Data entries
◆ ◆ ◆ ◆ ◆ ◆ ◆

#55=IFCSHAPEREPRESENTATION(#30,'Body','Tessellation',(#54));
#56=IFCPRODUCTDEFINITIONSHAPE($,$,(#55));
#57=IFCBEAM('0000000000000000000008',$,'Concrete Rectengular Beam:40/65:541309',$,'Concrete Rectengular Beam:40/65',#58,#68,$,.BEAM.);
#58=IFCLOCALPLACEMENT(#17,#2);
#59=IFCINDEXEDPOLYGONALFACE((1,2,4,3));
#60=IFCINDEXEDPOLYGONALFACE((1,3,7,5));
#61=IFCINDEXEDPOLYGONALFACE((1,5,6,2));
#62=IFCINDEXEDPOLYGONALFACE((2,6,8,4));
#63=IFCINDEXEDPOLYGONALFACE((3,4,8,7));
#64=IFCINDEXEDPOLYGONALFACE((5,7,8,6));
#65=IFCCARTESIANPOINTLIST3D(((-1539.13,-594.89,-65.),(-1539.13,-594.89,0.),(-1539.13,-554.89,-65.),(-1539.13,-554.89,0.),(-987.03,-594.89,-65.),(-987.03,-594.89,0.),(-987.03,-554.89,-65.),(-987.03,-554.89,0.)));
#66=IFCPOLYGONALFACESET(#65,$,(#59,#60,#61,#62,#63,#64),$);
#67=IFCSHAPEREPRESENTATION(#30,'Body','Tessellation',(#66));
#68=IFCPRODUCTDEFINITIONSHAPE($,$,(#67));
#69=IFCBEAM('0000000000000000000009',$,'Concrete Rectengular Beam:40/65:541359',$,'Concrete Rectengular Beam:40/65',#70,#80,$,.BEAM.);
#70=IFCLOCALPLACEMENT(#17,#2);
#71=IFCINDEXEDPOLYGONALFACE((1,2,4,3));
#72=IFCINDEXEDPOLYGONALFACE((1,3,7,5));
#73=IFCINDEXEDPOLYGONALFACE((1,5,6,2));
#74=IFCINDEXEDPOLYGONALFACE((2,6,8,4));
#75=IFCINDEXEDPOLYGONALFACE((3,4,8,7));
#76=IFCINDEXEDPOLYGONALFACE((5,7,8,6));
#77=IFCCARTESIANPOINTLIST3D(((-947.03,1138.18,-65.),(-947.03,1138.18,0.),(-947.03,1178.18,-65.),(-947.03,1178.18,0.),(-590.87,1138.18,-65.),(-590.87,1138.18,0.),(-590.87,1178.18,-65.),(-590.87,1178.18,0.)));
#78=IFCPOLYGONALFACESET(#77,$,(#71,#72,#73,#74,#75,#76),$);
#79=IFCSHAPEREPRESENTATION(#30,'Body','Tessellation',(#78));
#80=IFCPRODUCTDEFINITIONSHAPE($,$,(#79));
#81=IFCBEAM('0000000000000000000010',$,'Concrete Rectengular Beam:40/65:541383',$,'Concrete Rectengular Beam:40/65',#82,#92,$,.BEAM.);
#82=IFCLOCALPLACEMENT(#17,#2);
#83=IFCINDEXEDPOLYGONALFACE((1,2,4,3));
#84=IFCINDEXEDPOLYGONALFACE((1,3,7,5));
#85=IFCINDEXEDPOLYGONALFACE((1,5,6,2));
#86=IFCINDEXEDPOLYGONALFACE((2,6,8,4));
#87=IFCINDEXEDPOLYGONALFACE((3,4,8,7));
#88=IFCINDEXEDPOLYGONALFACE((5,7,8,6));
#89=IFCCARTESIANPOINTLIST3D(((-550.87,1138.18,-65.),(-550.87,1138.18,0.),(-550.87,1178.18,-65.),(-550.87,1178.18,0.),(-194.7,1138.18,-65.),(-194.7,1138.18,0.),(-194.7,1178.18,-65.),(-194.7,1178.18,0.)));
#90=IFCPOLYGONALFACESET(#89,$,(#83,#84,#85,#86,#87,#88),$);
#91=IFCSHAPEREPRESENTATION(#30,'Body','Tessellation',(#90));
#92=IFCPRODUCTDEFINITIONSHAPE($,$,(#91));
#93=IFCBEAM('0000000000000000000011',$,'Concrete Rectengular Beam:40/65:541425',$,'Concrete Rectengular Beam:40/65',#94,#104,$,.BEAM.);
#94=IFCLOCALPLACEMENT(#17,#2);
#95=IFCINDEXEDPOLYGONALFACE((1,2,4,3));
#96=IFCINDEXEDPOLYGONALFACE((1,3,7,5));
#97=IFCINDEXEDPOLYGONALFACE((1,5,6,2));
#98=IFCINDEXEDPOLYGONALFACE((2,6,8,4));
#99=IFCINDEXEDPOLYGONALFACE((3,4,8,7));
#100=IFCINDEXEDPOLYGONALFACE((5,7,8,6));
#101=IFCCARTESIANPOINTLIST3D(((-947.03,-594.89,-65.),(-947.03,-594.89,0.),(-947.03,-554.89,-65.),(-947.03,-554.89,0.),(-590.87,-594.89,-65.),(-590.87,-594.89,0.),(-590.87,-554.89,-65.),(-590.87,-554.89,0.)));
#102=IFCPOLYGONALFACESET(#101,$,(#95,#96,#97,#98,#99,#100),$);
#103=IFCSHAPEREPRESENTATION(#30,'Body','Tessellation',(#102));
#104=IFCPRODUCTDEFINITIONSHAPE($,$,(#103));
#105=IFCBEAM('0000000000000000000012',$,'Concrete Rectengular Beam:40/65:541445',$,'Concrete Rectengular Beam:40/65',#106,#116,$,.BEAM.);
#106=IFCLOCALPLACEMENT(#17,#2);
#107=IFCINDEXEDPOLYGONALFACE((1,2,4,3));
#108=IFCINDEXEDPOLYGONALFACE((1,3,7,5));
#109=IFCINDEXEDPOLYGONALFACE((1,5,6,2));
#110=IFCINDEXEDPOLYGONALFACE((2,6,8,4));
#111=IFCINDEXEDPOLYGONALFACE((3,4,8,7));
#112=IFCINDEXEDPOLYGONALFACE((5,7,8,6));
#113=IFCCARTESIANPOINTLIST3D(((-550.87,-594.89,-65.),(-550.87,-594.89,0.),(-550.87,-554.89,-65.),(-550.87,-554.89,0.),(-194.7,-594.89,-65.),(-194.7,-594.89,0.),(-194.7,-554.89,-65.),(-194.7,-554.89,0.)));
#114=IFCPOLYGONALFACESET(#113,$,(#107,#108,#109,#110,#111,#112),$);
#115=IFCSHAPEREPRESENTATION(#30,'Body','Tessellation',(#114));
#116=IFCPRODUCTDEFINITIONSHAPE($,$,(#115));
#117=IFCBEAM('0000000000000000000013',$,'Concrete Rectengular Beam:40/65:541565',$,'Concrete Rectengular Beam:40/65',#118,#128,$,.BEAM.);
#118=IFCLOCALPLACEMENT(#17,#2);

◆ ◆ ◆ ◆ ◆ ◆ ◆

## YOUR ASSIGNMENT
The answer must be a verbatim transcription of all the entries.

## RESPONSE AREA
#55=IFCSHAPEREPRESENTATION(#30,'Body','Tessellation',(#54));
#56=IFCPRODUCTDEFINITIONSHAPE($,$,(#55));
#57=IFCBEAM('0000000000000000000008',$,'Concrete Rectengular Beam:40/65:541309',$,'Concrete Rectengular Beam:40/65',#58,#68,$,.BEAM.);
#58=IFCLOCALPLACEMENT(#17,#2);
#59=IFCINDEXEDPOLYGONALFACE((1,2,4,3));
#60=IFCINDEXEDPOLYGONALFACE((1,3,7,5));
#61=IFCINDEXEDPOLYGONALFACE((1,5,6,2));
#62=IFCINDEXEDPOLYGONALFACE((2,6,8,4));
#63=IFCINDEXEDPOLYGONALFACE((3,4,8,7));
#64=IFCINDEXEDPOLYGONALFACE((5,7,8,6));
#65=IFCCARTESIANPOINTLIST3D(((-1539.13,-594.89,-65.),(-1539.13,-594.89,0.),(-1539.13,-554.89,-65.),(-1539.13,-554.89,0.),(-987.03,-594.89,-65.),(-987.03,-594.89,0.),(-987.03,-554.89,-65.),(-987.03,-554.89,0.)));
#66=IFCPOLYGONALFACESET(#65,$,(#59,#60,#61,#62,#63,#64),$);
#67=IFCSHAPEREPRESENTATION(#30,'Body','Tessellation',(#66));
#68=IFCPRODUCTDEFINITIONSHAPE($,$,(#67));
#69=IFCBEAM('0000000000000000000009',$,'Concrete Rectengular Beam:40/65:541359',$,'Concrete Rectengular Beam:40/65',#70,#80,$,.BEAM.);
#70=IFCLOCALPLACEMENT(#17,#2);
#71=IFCINDEXEDPOLYGONALFACE((1,2,4,3));
#72=IFCINDEXEDPOLYGONALFACE((1,3,7,5));
#73=IFCINDEXEDPOLYGONALFACE((1,5,6,2));
#74=IFCINDEXEDPOLYGONALFACE((2,6,8,4));
#75=IFCINDEXEDPOLYGONALFACE((3,4,8,7));
#76=IFCINDEXEDPOLYGONALFACE((5,7,8,6));
#77=IFCCARTESIANPOINTLIST3D(((-947.03,1138.18,-65.),(-947.03,1138.18,0.),(-947.03,1178.18,-65.),(-947.03,1178.18,0.),(-590.87,1138.18,-65.),(-590.87,1138.18,0.),(-590.87,1178.18,-65.),(-590.87,1178.18,0.)));
#78=IFCPOLYGONALFACESET(#77,$,(#71,#72,#73,#74,#75,#76),$);
#79=IFCSHAPEREPRESENTATION(#30,'Body','Tessellation',(#78));
#80=IFCPRODUCTDEFINITIONSHAPE($,$,(#79));
#81=IFCBEAM('0000000000000000000010',$,'Concrete Rectengular Beam:40/65:541383',$,'Concrete Rectengular Beam:40/65',#82,#92,$,.BEAM.);
#82=IFCLOCALPLACEMENT(#17,#2);
#83=IFCINDEXEDPOLYGONALFACE((1,2,4,3));
#84=IFCINDEXEDPOLYGONALFACE((1,3,7,5));
#85=IFCINDEXEDPOLYGONALFACE((1,5,6,2));
#86=IFCINDEXEDPOLYGONALFACE((2,6,8,4));
#87=IFCINDEXEDPOLYGONALFACE((3,4,8,7));
#88=IFCINDEXEDPOLYGONALFACE((5,7,8,6));
#89=IFCCARTESIANPOINTLIST3D(((-550.87,1138.18,-65.),(-550.87,1138.18,0.),(-550.87,1178.18,-65.),(-550.87,1178.18,0.),(-194.7,1138.18,-65.),(-194.7,1138.18,0.),(-194.7,1178.18,-65.),(-194.7,1178.18,0.)));
#90=IFCPOLYGONALFACESET(#89,$,(#83,#84,#85,#86,#87,#88),$);
#91=IFCSHAPEREPRESENTATION(#30,'Body','Tessellation',(#90));
#92=IFCPRODUCTDEFINITIONSHAPE($,$,(#91));
#93=IFCBEAM('0000000000000000000011',$,'Concrete Rectengular Beam:40/65:541425',$,'Concrete Rectengular Beam:40/65',#94,#104,$,.BEAM.);
#94=IFCLOCALPLACEMENT(#17,#2);
#95=IFCINDEXEDPOLYGONALFACE((1,2,4,3));
#96=IFCINDEXEDPOLYGONALFACE((1,3,7,5));
#97=IFCINDEXEDPOLYGONALFACE((1,5,6,2));
#98=IFCINDEXEDPOLYGONALFACE((2,6,8,4));
#99=IFCINDEXEDPOLYGONALFACE((3,4,8,7));
#100=IFCINDEXEDPOLYGONALFACE((5,7,8,6));
#101=IFCCARTESIANPOINTLIST3D(((-947.03,-594.89,-65.),(-947.03,-594.89,0.),(-947.03,-554.89,-65.),(-947.03,-554.89,0.),(-590.87,-594.89,-65.),(-590.87,-594.89,0.),(-590.87,-554.89,-65.),(-590.87,-554.89,0.)));
#102=IFCPOLYGONALFACESET(#101,$,(#95,#96,#97,#98,#99,#100),$);
#103=IFCSHAPEREPRESENTATION(#30,'Body','Tessellation',(#102));
#104=IFCPRODUCTDEFINITIONSHAPE($,$,(#103));
#105=IFCBEAM('0000000000000000000012',$,'Concrete Rectengular Beam:40/65:541445',$,'Concrete Rectengular Beam:40/65',#106,#116,$,.BEAM.);
#106=IFCLOCALPLACEMENT(#17,#2);
#107=IFCINDEXEDPOLYGONALFACE((1,2,4,3));
#108=IFCINDEXEDPOLYGONALFACE((1,3,7,5));
#109=IFCINDEXEDPOLYGONALFACE((1,5,6,2));
#110=IFCINDEXEDPOLYGONALFACE((2,6,8,4));
#111=IFCINDEXEDPOLYGONALFACE((3,4,8,7));
#112=IFCINDEXEDPOLYGONALFACE((5,7,8,6));
#113=IFCCARTESIANPOINTLIST3D(((-550.87,-594.89,-65.),(-550.87,-594.89,0.),(-550.87,-554.89,-65.),(-550.87,-554.89,0.),(-194.7,-594.89,-65.),(-194.7,-594.89,0.),(-194.7,-554.89,-65.),(-194.7,-554.89,0.)));
#114=IFCPOLYGONALFACESET(#113,$,(#107,#108,#109,#110,#111,#112),$);
#115=IFCSHAPEREPRESENTATION(#30,'Body','Tessellation',(#114));
#116=IFCPRODUCTDEFINITIONSHAPE($,$,(#115));
#117=IFCBEAM('0000000000000000000013',$,'Concrete Rectengular Beam:40/65:541565',$,'Concrete Rectengular Beam:40/65',#118,#128,$,.BEAM.);
#118=IFCLOCALPLACEMENT(#17,#2);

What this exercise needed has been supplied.